# Remove your "A" - How many have tried Virtual Experience?



## NWCPC (Feb 4, 2011)

I'm curious to know how many people have purchased the Virtual Experience program, coding 800 redacted charts, to get the "A" removed from your CPC-A credential.

Would you recommend the Virtual Experience program to other CPC-A's?

What do you like/dislike about the program?

How long does it take you to complete each exercise?

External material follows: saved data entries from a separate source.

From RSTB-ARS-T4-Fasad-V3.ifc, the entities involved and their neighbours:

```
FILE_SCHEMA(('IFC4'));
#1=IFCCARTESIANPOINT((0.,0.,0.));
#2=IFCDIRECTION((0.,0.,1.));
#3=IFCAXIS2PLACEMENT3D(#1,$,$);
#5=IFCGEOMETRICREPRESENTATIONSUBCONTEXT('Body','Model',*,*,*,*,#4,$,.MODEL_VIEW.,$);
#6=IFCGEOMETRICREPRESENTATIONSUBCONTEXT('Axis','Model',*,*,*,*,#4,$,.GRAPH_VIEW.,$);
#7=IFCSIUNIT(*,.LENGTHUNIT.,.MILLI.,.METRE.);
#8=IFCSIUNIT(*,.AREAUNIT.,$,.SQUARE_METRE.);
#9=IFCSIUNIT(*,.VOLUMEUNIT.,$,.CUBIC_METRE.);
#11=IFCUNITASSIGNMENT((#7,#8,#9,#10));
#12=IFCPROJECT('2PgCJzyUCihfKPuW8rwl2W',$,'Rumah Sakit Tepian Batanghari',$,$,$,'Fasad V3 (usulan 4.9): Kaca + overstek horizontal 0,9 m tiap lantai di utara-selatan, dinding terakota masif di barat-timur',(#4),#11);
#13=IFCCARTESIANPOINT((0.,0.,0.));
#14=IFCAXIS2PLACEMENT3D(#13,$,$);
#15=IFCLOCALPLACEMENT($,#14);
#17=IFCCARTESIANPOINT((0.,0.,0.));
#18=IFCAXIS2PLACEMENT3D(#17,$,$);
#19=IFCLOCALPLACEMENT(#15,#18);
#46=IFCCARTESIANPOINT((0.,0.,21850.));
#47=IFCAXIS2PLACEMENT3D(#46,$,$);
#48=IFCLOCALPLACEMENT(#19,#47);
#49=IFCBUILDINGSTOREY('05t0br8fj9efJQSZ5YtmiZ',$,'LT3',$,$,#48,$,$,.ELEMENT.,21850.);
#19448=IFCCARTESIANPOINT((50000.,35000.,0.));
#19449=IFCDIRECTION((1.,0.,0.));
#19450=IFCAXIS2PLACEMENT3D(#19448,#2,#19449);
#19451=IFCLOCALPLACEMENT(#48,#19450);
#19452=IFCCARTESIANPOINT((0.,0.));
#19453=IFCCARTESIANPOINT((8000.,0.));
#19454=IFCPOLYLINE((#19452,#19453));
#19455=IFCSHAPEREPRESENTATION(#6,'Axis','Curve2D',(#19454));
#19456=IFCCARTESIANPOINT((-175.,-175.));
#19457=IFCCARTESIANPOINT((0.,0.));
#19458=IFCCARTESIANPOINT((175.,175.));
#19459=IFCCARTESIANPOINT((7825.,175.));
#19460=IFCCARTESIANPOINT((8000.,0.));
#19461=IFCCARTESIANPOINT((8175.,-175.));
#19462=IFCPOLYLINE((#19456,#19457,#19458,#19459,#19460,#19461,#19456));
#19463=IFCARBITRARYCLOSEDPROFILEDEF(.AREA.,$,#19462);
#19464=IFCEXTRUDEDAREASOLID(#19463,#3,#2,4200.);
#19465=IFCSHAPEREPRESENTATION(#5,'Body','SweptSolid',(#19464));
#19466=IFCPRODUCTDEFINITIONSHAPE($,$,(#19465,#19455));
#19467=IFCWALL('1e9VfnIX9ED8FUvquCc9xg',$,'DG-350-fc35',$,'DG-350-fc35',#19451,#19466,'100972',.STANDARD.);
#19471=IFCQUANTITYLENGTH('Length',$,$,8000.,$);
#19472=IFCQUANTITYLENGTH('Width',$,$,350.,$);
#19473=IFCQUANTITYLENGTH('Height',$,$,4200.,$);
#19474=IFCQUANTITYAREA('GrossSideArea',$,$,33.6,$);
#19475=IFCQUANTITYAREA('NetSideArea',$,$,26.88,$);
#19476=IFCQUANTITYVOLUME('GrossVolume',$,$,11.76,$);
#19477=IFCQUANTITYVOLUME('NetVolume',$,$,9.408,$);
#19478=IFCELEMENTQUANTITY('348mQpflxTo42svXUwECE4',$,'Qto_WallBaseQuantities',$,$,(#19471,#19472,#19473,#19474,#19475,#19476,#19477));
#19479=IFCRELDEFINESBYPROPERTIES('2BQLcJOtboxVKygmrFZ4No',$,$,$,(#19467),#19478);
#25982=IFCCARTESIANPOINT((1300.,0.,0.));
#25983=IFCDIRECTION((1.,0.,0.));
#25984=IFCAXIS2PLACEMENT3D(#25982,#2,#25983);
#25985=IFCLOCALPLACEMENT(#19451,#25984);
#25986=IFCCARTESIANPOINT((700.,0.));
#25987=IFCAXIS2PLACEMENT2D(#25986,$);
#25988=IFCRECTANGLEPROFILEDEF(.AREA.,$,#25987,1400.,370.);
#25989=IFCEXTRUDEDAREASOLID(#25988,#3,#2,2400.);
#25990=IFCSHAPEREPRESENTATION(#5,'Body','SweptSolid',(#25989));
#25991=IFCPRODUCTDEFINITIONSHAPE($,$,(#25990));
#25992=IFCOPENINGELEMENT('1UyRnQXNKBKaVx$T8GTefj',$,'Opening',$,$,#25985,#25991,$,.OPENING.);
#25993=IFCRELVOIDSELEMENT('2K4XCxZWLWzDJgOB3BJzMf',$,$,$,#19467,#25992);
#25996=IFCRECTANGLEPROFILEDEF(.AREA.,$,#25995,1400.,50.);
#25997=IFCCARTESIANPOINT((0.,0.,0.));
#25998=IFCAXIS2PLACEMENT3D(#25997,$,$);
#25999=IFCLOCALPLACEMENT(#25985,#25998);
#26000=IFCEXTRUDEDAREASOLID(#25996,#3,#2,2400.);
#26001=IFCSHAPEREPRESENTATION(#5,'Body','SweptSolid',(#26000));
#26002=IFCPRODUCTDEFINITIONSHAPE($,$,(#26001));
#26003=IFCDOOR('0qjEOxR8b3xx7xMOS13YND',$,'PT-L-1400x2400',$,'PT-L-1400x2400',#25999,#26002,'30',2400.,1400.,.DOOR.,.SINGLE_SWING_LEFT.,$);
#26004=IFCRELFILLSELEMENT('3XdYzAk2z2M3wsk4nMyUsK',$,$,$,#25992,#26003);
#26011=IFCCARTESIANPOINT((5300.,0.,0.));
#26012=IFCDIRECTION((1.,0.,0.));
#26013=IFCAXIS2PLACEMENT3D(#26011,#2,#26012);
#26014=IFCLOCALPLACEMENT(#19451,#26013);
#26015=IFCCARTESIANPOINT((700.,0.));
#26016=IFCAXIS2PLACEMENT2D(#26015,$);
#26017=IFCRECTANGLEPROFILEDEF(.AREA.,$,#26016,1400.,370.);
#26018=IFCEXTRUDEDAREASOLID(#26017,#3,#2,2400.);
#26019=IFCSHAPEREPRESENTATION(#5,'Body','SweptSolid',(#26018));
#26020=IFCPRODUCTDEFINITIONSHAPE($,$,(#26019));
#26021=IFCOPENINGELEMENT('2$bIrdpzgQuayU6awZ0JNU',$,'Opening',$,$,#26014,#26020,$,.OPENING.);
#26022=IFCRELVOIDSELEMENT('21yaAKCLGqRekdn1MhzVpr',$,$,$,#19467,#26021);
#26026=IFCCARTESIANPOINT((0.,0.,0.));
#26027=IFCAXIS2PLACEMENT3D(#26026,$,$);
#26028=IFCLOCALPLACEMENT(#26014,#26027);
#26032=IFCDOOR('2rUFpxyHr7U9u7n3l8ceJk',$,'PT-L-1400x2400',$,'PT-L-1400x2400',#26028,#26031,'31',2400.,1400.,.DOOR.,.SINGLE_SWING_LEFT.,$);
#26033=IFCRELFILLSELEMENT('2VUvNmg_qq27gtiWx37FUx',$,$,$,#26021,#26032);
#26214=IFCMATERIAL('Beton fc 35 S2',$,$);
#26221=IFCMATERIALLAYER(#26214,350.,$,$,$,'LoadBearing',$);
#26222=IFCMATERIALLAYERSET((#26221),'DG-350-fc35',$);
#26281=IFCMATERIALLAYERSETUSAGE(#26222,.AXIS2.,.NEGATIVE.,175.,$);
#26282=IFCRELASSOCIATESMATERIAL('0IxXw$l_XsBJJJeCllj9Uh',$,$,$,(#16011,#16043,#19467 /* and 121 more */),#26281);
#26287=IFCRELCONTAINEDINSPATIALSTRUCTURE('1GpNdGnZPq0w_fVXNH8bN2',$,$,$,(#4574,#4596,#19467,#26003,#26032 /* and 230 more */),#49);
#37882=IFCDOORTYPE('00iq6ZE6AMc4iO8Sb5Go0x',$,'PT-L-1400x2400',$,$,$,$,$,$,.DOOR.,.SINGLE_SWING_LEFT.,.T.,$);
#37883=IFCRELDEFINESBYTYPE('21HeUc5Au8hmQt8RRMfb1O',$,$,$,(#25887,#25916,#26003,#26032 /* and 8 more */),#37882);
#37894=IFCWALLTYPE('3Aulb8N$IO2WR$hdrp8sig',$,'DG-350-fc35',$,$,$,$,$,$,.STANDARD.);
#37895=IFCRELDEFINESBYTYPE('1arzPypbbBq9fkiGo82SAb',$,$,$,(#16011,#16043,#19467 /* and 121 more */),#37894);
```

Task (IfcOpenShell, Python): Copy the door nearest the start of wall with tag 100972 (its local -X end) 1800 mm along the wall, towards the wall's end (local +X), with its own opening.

```python
import ifcopenshell
import ifcopenshell.api.feature
import ifcopenshell.api.geometry
import ifcopenshell.api.pset
import ifcopenshell.api.root
import ifcopenshell.geom
import ifcopenshell.util.element
import ifcopenshell.util.placement
import ifcopenshell.util.shape
import ifcopenshell.util.unit

model = ifcopenshell.open("RSTB-ARS-T4-Fasad-V3.ifc")
area_scale = ifcopenshell.util.unit.calculate_unit_scale(model, "AREAUNIT")
volume_scale = ifcopenshell.util.unit.calculate_unit_scale(model, "VOLUMEUNIT")
settings = ifcopenshell.geom.settings()


def volume(element):
    """Net volume in cubic metres, openings subtracted."""
    shape = ifcopenshell.geom.create_shape(settings, element)
    return ifcopenshell.util.shape.get_volume(shape.geometry)


door = model.by_guid("0qjEOxR8b3xx7xMOS13YND")
opening = door.FillsVoids[0].RelatingOpeningElement
wall = opening.VoidsElements[0].RelatingBuildingElement
before = volume(wall)
shift = ifcopenshell.util.placement.get_local_placement(wall.ObjectPlacement)[:3, 0] * 1800.0

# copy_class copies the void relationship, type, container and properties, but no geometry.
new_opening = ifcopenshell.api.root.copy_class(model, product=opening)
new_opening.Representation = ifcopenshell.util.element.copy_deep(
    model, opening.Representation, exclude=["IfcGeometricRepresentationContext", "IfcRepresentationMap"]
)
new_door = ifcopenshell.api.root.copy_class(model, product=door)
new_door.Representation = ifcopenshell.util.element.copy_deep(
    model, door.Representation, exclude=["IfcGeometricRepresentationContext", "IfcRepresentationMap"]
)
new_door.Tag = None
ifcopenshell.api.feature.add_filling(model, opening=new_opening, element=new_door)

for old, new in ((opening, new_opening), (door, new_door)):
    matrix = ifcopenshell.util.placement.get_local_placement(old.ObjectPlacement)
    matrix[:3, 3] += shift
    ifcopenshell.api.geometry.edit_object_placement(model, product=new, matrix=matrix, is_si=False)

after = volume(wall)
thickness = 0.35  # wall thickness in metres

# Update the wall's stored quantities.
qto = model.by_id(ifcopenshell.util.element.get_pset(wall, "Qto_WallBaseQuantities", should_inherit=False)["id"])
ifcopenshell.api.pset.edit_qto(model, qto=qto, properties={
    "NetSideArea": after / thickness / area_scale,
    "NetVolume": after / volume_scale,
})

print(f"wall volume {before:.3f} -> {after:.3f} m3")

model.write("RSTB-ARS-T4-Fasad-V3_v2.ifc")
```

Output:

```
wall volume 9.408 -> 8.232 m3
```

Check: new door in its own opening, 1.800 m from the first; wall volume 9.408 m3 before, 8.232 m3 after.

Any other info you can provide would be appreciated.

Thanks!
NWCPC


----------



## ealasaid76 (Feb 5, 2011)

*I'm a CPC-A and I wouldn't do it*

It's a substitution for real life coding experience.  It's just another exam.  I don't want to take the easy way out.  That's just IMO.


----------



## jyotirvora (Feb 8, 2011)

I am currently working on it. Seems interesting. I'm getting experience while looking for jobs which is pretty hard. 

Jyoti Vora
CPC-A


----------



## CumaMason (Feb 9, 2011)

I was two months away from getting my "A" taken off before I was let go by my employer. Now, I can't find a job because of the "A". I really didn't want to spend the money since I'm almost there... but now I'm considering it.


----------



## theresa929 (Apr 28, 2011)

I am about to start the Coding Course. Is this Virtual Experience still available. I tried clicking on "Enroll" and it just sent me to my shopping cart. Do I have to take my exam before I can do the Virtual Experience?
Thank you


----------



## Kelly Smith (Aug 5, 2011)

*frogger cpc*



CumaMason said:


> I was two months away from getting my "A" taken off before I was let go by my employer. Now, I can't find a job because of the "A". I really didn't want to spend the money since I'm almost there... but now I'm considering it.



Do you mind me asking why your employer let you go so close to getting the A removed from your title?


----------